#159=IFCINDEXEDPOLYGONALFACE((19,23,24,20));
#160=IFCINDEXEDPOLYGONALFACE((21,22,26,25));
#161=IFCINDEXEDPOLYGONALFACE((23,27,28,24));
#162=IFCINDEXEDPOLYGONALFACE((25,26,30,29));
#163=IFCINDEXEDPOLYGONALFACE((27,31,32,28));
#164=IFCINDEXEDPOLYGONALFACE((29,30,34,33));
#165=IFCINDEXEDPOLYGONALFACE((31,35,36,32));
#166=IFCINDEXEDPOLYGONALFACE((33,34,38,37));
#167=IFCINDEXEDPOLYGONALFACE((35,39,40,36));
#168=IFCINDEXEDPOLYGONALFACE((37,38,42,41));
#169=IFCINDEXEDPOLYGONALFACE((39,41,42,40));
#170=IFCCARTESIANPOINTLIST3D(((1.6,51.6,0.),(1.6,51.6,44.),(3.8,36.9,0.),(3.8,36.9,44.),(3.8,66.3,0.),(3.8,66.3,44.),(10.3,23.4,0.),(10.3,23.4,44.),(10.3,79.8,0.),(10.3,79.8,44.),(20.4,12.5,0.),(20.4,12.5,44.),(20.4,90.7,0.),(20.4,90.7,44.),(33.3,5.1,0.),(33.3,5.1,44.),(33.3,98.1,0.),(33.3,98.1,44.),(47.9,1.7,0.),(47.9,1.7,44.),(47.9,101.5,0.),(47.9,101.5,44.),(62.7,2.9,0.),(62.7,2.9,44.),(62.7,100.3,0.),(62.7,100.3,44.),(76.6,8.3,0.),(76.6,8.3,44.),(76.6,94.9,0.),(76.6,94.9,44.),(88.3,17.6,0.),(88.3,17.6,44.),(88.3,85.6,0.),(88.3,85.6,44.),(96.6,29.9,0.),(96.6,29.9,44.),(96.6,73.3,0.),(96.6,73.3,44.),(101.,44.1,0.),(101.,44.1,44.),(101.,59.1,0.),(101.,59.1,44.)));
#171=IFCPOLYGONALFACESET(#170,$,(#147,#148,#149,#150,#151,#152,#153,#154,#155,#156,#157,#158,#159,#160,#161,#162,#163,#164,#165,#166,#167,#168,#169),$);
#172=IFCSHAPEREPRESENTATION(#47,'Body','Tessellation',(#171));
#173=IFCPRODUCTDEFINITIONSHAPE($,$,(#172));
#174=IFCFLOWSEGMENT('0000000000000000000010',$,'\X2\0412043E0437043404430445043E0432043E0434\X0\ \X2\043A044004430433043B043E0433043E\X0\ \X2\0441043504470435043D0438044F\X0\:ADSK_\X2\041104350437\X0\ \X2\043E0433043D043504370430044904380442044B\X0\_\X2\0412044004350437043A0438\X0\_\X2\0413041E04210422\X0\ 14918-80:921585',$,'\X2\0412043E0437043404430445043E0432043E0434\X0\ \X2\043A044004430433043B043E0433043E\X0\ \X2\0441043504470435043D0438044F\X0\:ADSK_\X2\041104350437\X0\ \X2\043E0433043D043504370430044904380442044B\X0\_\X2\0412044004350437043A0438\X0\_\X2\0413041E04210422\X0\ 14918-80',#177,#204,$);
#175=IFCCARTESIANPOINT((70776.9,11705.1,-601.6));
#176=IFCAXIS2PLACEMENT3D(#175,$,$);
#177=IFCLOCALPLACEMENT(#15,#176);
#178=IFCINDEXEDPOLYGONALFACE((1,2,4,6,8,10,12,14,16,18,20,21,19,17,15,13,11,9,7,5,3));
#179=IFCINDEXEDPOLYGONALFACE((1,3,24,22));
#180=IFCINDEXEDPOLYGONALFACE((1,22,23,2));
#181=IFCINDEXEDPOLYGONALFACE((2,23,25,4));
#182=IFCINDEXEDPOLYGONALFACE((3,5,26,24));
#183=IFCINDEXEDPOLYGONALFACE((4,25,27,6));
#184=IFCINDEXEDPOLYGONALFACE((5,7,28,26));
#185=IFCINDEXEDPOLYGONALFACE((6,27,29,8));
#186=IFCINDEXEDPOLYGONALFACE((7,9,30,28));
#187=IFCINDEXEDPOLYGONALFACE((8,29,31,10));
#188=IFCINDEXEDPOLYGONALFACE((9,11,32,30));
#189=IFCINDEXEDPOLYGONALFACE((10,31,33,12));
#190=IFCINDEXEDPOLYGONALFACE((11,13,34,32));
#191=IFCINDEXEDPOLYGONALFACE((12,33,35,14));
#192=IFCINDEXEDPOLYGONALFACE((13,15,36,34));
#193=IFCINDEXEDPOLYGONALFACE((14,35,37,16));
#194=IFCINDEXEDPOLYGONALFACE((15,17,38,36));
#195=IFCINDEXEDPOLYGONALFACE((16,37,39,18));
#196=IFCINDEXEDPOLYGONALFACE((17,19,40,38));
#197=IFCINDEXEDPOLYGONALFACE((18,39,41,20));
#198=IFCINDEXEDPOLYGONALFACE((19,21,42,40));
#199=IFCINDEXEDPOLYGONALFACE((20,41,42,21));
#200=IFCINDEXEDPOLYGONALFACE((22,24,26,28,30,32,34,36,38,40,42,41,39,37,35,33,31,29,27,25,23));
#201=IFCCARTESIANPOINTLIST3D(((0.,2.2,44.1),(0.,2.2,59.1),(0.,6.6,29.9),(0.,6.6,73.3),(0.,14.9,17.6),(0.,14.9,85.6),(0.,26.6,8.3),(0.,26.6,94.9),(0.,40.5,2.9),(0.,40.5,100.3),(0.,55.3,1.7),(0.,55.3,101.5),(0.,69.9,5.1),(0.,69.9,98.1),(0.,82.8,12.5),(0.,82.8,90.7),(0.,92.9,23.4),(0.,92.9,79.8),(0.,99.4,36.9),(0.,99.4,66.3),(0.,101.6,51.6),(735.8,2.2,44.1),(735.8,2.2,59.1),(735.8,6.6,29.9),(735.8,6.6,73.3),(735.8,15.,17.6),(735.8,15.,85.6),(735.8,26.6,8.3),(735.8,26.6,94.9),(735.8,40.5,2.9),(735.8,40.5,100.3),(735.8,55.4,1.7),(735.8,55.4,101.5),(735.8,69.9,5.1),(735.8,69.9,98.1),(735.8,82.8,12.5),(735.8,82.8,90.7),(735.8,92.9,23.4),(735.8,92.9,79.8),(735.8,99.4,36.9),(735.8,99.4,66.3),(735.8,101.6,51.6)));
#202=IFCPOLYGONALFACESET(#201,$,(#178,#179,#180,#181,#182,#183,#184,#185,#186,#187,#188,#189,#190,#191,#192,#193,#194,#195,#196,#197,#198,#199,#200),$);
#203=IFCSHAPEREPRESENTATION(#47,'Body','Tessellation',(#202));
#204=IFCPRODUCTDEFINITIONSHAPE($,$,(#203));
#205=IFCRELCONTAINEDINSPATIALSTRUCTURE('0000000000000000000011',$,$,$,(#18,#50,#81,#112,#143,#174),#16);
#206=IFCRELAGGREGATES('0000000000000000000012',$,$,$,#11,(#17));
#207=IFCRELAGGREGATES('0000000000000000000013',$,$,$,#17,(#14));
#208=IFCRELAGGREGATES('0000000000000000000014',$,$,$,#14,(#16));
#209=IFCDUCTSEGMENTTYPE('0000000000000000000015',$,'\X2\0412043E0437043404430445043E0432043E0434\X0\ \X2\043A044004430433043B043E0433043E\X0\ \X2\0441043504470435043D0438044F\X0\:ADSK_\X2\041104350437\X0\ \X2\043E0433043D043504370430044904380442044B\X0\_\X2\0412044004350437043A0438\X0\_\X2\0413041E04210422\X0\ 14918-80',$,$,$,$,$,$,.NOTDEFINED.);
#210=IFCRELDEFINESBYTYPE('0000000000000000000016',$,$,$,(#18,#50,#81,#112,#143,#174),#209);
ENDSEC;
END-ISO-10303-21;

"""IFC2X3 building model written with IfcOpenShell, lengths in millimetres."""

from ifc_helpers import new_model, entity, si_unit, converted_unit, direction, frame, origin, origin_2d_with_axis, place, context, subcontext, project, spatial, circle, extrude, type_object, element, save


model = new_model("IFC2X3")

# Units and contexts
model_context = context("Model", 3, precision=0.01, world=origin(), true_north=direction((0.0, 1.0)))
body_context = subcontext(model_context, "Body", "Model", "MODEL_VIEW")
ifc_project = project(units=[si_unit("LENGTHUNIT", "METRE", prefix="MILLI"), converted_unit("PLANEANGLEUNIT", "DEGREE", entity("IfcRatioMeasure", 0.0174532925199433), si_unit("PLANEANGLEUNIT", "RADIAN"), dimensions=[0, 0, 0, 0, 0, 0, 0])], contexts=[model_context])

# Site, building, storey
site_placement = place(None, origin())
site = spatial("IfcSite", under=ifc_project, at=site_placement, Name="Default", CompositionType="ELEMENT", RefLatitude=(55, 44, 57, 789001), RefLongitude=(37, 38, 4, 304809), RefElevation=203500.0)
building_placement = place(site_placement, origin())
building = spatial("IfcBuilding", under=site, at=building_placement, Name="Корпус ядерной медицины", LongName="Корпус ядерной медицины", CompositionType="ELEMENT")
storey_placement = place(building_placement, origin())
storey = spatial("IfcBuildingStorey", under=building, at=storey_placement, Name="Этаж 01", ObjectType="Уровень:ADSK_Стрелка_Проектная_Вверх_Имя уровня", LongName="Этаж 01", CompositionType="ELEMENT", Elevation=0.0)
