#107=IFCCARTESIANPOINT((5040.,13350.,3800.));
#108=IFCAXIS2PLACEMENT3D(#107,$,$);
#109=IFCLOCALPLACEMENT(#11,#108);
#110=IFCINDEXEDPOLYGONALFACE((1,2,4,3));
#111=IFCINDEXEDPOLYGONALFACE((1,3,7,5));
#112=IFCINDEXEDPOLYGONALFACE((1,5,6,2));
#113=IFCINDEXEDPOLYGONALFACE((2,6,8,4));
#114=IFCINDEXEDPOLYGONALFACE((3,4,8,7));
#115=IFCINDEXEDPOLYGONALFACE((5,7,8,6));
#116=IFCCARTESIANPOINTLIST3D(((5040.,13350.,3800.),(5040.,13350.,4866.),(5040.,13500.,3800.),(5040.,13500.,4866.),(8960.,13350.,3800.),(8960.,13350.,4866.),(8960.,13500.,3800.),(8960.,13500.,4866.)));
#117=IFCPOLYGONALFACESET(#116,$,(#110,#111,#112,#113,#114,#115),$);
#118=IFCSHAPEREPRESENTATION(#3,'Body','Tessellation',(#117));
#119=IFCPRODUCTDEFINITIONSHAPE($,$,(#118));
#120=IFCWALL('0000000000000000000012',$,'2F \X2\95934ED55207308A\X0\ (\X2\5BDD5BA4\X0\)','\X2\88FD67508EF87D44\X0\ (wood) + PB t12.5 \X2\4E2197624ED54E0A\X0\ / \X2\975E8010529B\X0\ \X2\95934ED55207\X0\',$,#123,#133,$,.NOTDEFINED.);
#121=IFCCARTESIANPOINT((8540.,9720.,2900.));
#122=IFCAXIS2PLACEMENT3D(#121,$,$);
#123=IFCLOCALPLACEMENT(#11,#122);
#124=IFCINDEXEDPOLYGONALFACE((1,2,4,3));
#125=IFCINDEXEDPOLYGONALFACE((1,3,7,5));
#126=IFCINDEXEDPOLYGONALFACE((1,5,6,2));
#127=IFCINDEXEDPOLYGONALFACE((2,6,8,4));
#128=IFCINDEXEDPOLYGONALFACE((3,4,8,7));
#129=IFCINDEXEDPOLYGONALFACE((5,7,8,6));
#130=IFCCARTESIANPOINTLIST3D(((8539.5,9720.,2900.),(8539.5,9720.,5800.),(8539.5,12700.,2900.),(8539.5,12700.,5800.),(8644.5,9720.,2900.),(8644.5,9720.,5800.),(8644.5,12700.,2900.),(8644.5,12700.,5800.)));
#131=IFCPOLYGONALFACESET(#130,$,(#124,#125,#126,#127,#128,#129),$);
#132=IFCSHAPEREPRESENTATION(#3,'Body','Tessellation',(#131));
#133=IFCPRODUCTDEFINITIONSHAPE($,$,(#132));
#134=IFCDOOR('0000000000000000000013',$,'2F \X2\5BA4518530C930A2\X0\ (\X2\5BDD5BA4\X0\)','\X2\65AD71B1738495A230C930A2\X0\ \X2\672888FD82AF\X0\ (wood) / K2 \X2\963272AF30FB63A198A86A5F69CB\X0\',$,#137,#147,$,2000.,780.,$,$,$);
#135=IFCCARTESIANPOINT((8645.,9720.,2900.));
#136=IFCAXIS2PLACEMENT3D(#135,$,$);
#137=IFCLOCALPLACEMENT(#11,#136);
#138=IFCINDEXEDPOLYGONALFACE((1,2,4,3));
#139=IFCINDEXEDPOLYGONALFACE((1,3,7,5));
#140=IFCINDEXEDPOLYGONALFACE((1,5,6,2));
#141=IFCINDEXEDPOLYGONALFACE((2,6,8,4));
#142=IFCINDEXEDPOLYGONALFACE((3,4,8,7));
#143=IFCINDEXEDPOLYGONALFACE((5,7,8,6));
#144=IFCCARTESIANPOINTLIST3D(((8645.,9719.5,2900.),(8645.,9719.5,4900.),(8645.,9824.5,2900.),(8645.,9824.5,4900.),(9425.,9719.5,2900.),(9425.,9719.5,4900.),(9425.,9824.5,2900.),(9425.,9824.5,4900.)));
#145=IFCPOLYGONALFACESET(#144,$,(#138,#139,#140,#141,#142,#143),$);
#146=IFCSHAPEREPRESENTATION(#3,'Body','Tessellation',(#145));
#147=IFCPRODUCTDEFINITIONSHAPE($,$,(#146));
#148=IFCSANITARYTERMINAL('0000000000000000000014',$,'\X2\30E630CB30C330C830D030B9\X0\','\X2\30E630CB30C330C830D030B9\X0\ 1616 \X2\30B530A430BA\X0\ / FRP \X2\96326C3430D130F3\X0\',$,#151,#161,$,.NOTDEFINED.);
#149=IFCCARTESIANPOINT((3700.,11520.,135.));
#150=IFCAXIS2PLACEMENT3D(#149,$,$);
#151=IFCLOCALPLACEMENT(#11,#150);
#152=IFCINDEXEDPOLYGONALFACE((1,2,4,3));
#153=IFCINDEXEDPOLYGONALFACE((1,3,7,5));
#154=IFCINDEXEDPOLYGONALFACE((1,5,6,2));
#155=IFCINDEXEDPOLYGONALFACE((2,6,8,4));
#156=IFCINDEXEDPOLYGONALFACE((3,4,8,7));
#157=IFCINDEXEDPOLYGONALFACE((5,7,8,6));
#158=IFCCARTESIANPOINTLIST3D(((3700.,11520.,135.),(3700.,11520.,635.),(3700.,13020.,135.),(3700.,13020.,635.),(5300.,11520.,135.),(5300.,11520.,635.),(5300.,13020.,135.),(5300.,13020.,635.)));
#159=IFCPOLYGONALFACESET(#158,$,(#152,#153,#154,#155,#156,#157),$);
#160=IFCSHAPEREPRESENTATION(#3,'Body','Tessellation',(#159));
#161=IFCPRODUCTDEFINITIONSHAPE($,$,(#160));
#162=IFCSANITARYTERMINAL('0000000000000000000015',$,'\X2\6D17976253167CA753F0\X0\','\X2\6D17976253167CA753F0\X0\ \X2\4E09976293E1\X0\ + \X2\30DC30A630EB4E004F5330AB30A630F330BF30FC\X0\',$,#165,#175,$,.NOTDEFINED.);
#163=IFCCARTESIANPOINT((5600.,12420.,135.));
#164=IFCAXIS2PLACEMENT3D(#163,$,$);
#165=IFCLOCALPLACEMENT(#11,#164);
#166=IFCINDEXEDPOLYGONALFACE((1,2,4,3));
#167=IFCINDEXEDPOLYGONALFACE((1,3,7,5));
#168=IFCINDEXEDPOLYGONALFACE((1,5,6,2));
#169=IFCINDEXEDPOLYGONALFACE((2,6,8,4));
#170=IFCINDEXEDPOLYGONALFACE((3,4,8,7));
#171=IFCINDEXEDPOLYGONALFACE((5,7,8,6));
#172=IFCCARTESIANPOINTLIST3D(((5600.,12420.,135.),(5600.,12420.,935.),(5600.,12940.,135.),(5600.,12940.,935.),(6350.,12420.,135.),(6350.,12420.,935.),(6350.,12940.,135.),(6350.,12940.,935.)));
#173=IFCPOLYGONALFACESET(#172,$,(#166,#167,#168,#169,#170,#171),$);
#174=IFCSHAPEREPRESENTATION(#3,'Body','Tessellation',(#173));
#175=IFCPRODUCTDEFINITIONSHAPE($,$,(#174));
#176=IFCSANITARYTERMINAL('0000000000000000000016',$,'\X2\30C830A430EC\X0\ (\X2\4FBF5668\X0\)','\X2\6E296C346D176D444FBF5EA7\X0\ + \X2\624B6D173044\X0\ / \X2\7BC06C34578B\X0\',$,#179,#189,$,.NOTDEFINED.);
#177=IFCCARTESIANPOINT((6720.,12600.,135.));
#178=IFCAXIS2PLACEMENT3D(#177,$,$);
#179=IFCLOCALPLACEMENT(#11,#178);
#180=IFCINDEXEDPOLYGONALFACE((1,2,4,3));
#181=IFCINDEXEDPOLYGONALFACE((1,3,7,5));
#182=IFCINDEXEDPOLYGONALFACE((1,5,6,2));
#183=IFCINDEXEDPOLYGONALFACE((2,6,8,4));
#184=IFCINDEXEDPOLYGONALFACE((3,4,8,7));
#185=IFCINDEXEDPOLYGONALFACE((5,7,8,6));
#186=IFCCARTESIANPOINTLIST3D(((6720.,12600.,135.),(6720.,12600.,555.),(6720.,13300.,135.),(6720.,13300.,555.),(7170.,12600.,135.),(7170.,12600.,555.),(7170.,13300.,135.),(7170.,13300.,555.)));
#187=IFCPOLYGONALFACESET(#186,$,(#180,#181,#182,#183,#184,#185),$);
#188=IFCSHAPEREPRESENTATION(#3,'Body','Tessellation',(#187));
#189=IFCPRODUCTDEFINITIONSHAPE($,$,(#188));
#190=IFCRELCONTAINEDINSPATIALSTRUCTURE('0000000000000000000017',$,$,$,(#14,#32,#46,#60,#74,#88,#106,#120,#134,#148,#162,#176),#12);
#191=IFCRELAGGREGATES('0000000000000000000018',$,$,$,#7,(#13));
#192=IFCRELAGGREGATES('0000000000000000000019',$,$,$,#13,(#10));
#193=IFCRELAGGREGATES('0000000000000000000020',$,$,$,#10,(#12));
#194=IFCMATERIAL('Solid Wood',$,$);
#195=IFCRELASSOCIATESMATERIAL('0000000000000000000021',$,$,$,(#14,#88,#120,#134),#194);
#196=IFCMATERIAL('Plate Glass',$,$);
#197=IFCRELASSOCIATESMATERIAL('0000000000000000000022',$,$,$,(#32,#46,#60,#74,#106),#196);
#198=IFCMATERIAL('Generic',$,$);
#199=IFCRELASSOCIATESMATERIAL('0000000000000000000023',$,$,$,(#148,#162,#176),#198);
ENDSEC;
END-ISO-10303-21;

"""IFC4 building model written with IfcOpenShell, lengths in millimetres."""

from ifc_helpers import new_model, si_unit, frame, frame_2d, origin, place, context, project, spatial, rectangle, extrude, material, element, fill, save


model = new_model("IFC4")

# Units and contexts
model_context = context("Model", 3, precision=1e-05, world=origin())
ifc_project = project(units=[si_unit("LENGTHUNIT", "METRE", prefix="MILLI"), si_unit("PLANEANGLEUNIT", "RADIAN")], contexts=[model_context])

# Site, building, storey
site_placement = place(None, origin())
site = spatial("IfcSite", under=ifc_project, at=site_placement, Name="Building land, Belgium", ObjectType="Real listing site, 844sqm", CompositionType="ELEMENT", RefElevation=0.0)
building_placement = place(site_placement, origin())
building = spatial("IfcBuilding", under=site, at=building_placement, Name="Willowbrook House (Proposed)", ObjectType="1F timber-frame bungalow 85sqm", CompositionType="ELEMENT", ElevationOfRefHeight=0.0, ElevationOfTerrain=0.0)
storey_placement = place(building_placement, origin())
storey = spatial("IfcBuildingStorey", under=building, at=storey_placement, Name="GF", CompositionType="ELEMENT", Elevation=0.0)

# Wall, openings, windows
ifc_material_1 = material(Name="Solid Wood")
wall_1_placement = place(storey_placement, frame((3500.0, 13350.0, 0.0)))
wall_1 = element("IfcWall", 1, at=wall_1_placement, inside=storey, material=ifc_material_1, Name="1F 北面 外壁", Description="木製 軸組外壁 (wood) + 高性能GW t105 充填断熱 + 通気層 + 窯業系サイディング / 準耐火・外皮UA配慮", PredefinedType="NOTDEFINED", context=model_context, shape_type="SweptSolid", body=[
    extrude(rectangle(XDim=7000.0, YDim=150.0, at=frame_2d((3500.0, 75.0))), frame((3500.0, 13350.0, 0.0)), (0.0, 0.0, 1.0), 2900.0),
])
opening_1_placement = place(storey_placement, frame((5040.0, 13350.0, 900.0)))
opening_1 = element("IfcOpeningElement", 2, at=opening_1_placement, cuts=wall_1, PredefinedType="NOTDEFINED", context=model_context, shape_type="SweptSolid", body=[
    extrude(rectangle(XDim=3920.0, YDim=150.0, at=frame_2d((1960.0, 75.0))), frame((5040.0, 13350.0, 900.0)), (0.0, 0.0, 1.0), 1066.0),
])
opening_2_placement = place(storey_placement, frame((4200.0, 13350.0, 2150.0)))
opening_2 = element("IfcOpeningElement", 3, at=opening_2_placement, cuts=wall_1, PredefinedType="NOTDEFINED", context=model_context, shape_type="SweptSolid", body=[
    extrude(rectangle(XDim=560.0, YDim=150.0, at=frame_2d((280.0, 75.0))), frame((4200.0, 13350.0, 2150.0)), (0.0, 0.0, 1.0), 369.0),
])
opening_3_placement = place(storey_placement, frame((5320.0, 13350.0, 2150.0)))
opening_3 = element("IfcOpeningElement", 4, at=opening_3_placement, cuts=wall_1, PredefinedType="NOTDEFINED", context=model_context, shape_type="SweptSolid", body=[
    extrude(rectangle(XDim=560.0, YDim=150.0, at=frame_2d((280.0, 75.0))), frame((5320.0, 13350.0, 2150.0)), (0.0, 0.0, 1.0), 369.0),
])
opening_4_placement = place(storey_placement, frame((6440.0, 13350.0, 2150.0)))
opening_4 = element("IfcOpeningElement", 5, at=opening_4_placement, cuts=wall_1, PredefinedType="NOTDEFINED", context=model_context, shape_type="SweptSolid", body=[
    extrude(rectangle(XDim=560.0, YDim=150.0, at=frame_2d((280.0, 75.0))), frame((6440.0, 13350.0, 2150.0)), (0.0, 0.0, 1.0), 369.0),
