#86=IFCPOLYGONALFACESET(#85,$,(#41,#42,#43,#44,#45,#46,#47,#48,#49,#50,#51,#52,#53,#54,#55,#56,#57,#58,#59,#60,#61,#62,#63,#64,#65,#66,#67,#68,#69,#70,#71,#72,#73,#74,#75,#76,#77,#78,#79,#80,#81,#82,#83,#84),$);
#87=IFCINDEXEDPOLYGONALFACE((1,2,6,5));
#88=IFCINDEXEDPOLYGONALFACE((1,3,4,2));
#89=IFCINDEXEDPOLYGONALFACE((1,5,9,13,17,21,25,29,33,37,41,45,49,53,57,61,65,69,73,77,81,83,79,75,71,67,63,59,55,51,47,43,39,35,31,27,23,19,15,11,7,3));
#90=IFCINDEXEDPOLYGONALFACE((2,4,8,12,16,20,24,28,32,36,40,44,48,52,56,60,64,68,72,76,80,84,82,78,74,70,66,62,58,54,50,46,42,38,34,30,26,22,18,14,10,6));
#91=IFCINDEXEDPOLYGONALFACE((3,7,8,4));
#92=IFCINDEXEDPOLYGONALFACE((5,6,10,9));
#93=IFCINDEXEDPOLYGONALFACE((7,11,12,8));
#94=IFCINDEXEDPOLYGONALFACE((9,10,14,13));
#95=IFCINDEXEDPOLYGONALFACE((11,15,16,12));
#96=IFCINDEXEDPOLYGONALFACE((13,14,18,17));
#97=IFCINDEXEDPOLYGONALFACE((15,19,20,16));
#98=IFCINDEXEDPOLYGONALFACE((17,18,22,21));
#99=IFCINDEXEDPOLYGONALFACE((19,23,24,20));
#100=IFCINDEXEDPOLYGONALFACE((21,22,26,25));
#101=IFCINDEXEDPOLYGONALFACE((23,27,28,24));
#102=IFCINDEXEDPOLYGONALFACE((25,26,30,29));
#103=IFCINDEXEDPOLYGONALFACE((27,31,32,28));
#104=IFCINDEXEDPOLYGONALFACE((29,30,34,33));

Aim of the exercise
Please restate, word for word, the lines of the entries that run from the first line through the one holding "#169=IFCINDEXEDPOLYGONALFACE((39,41,42,40));", and add nothing.

Expected answer
#159=IFCINDEXEDPOLYGONALFACE((19,23,24,20));
#160=IFCINDEXEDPOLYGONALFACE((21,22,26,25));
#161=IFCINDEXEDPOLYGONALFACE((23,27,28,24));
#162=IFCINDEXEDPOLYGONALFACE((25,26,30,29));
#163=IFCINDEXEDPOLYGONALFACE((27,31,32,28));
#164=IFCINDEXEDPOLYGONALFACE((29,30,34,33));
#165=IFCINDEXEDPOLYGONALFACE((31,35,36,32));
#166=IFCINDEXEDPOLYGONALFACE((33,34,38,37));
#167=IFCINDEXEDPOLYGONALFACE((35,39,40,36));
#168=IFCINDEXEDPOLYGONALFACE((37,38,42,41));
#169=IFCINDEXEDPOLYGONALFACE((39,41,42,40));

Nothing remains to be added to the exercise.